> _TRY IT_: If a line in the entries contains the word "IFCEXTRUDEDAREASOLID", list it.

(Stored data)
═══

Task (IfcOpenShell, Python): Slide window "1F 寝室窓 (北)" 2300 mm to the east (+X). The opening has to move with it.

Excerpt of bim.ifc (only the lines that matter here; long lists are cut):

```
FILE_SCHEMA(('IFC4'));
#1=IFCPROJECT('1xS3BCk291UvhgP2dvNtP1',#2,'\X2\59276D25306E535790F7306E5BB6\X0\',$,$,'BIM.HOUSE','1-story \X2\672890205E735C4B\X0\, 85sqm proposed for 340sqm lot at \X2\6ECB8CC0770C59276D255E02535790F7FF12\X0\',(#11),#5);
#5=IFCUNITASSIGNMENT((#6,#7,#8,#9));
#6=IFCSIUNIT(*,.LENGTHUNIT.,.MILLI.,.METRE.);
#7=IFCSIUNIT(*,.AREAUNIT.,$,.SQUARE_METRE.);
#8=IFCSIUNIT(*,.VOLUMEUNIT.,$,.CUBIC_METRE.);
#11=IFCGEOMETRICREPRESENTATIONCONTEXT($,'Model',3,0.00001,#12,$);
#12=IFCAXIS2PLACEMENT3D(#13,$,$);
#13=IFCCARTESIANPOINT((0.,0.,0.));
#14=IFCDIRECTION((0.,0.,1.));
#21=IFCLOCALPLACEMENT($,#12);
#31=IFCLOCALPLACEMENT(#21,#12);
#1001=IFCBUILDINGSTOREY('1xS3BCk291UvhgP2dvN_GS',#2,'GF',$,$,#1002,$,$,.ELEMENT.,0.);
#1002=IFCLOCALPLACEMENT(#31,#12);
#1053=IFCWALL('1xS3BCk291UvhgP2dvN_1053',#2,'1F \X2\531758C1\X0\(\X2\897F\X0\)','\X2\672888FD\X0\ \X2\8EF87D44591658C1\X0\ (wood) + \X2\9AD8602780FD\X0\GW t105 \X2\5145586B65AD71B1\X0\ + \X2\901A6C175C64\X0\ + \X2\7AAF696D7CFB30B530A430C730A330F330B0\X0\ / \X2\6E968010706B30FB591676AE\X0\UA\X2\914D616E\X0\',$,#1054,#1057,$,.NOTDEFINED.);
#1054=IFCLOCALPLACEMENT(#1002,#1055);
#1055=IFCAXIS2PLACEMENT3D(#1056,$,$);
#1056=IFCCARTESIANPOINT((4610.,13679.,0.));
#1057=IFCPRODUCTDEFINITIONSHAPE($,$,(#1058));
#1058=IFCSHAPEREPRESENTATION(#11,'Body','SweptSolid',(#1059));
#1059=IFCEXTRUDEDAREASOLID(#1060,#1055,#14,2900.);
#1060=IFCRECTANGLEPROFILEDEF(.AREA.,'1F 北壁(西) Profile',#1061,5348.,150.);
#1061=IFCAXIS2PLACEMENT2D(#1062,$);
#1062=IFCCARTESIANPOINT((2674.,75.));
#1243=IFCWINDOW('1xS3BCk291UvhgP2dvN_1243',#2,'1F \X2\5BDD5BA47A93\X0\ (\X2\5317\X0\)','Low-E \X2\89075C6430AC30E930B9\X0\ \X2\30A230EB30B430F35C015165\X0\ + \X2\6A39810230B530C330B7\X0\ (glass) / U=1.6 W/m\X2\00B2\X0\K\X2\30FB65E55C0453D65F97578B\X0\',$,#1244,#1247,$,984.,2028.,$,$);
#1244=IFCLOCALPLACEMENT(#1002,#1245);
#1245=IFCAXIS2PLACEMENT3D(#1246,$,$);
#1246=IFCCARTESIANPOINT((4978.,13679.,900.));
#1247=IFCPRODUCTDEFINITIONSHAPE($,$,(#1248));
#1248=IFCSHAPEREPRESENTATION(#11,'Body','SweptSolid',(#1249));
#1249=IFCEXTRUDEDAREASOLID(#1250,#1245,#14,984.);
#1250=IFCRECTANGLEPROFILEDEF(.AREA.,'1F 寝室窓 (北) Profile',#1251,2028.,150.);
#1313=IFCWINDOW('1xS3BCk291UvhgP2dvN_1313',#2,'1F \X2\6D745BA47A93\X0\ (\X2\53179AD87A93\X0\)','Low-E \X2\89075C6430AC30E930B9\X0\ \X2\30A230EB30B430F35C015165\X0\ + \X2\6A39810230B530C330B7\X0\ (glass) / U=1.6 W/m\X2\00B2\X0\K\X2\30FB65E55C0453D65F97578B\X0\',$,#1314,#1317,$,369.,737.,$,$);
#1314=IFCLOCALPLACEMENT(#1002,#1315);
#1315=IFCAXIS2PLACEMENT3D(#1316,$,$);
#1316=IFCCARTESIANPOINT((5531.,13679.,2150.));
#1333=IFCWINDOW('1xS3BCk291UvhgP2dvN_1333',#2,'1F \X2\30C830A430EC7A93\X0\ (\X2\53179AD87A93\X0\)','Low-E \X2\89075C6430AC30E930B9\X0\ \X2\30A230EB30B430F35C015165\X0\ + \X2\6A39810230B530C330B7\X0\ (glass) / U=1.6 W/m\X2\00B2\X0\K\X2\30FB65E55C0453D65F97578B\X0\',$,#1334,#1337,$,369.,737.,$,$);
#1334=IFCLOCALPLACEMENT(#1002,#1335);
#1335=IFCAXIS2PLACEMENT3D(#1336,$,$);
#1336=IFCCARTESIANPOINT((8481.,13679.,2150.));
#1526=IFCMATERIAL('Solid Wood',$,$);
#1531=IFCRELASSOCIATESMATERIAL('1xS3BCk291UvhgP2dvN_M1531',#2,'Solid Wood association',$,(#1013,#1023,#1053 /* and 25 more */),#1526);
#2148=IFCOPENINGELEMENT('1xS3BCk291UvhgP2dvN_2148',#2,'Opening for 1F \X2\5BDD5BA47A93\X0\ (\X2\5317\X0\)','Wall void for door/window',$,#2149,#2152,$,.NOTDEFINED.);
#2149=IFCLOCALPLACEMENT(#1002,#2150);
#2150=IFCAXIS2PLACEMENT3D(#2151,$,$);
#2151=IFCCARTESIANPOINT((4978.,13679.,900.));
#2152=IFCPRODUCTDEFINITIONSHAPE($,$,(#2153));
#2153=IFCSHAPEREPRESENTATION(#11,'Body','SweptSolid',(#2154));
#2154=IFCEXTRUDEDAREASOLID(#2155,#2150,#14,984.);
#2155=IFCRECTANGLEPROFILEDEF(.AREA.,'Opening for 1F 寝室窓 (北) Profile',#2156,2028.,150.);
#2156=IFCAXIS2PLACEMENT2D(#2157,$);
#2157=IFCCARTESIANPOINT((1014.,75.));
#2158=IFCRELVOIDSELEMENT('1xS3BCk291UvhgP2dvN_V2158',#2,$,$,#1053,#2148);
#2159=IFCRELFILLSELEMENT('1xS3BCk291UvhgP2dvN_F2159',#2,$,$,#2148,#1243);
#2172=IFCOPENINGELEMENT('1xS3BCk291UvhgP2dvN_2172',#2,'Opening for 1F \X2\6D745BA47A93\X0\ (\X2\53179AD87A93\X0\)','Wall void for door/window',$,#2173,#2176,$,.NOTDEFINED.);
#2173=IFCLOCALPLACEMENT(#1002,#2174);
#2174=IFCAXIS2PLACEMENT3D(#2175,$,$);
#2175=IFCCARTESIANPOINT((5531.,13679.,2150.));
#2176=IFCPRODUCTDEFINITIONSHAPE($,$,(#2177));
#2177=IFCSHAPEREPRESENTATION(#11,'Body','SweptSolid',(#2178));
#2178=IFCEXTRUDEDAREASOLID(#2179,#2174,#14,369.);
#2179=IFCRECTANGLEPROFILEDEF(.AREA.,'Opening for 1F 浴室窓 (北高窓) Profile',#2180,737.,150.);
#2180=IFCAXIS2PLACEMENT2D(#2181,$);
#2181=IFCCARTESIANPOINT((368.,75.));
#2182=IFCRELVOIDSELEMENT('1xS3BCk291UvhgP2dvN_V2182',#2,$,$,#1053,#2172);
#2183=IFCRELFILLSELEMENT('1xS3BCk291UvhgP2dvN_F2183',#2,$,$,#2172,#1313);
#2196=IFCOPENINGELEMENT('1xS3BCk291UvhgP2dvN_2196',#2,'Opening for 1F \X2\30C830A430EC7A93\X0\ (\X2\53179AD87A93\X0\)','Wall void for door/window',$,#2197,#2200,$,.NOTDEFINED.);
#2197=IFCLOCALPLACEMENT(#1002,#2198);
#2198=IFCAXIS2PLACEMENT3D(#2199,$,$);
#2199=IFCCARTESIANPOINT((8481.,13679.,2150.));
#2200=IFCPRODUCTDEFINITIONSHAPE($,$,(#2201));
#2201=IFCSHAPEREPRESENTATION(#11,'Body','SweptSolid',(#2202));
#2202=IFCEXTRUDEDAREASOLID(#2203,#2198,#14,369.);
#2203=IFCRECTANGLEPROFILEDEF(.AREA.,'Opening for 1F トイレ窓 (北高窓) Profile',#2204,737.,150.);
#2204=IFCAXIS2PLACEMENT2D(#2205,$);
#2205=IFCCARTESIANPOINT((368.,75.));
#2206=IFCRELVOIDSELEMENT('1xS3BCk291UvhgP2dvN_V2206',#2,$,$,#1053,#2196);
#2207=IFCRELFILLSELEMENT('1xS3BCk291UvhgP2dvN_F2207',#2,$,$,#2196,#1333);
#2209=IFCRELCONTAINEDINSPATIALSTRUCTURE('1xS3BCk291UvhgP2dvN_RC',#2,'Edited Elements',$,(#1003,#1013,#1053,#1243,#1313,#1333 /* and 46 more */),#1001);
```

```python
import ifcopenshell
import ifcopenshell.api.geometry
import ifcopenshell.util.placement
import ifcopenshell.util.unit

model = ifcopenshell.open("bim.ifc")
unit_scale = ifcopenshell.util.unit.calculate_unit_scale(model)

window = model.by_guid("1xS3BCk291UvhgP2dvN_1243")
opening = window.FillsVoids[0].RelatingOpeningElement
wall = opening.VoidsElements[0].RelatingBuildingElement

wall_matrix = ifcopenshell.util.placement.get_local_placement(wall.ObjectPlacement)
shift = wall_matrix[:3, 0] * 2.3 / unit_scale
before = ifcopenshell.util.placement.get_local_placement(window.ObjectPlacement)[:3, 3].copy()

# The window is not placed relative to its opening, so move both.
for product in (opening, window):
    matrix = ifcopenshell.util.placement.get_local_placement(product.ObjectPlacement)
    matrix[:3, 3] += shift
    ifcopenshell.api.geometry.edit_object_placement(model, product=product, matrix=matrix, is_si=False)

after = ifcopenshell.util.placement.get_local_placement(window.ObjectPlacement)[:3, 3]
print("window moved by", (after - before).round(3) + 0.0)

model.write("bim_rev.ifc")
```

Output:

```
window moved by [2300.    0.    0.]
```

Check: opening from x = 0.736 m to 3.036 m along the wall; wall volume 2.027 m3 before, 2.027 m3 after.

═══

> _EXERCISE SOLUTION_:
#1059=IFCEXTRUDEDAREASOLID(#1060,#1055,#14,2900.);
#1249=IFCEXTRUDEDAREASOLID(#1250,#1245,#14,984.);
#2154=IFCEXTRUDEDAREASOLID(#2155,#2150,#14,984.);
#2178=IFCEXTRUDEDAREASOLID(#2179,#2174,#14,369.);
#2202=IFCEXTRUDEDAREASOLID(#2203,#2198,#14,369.);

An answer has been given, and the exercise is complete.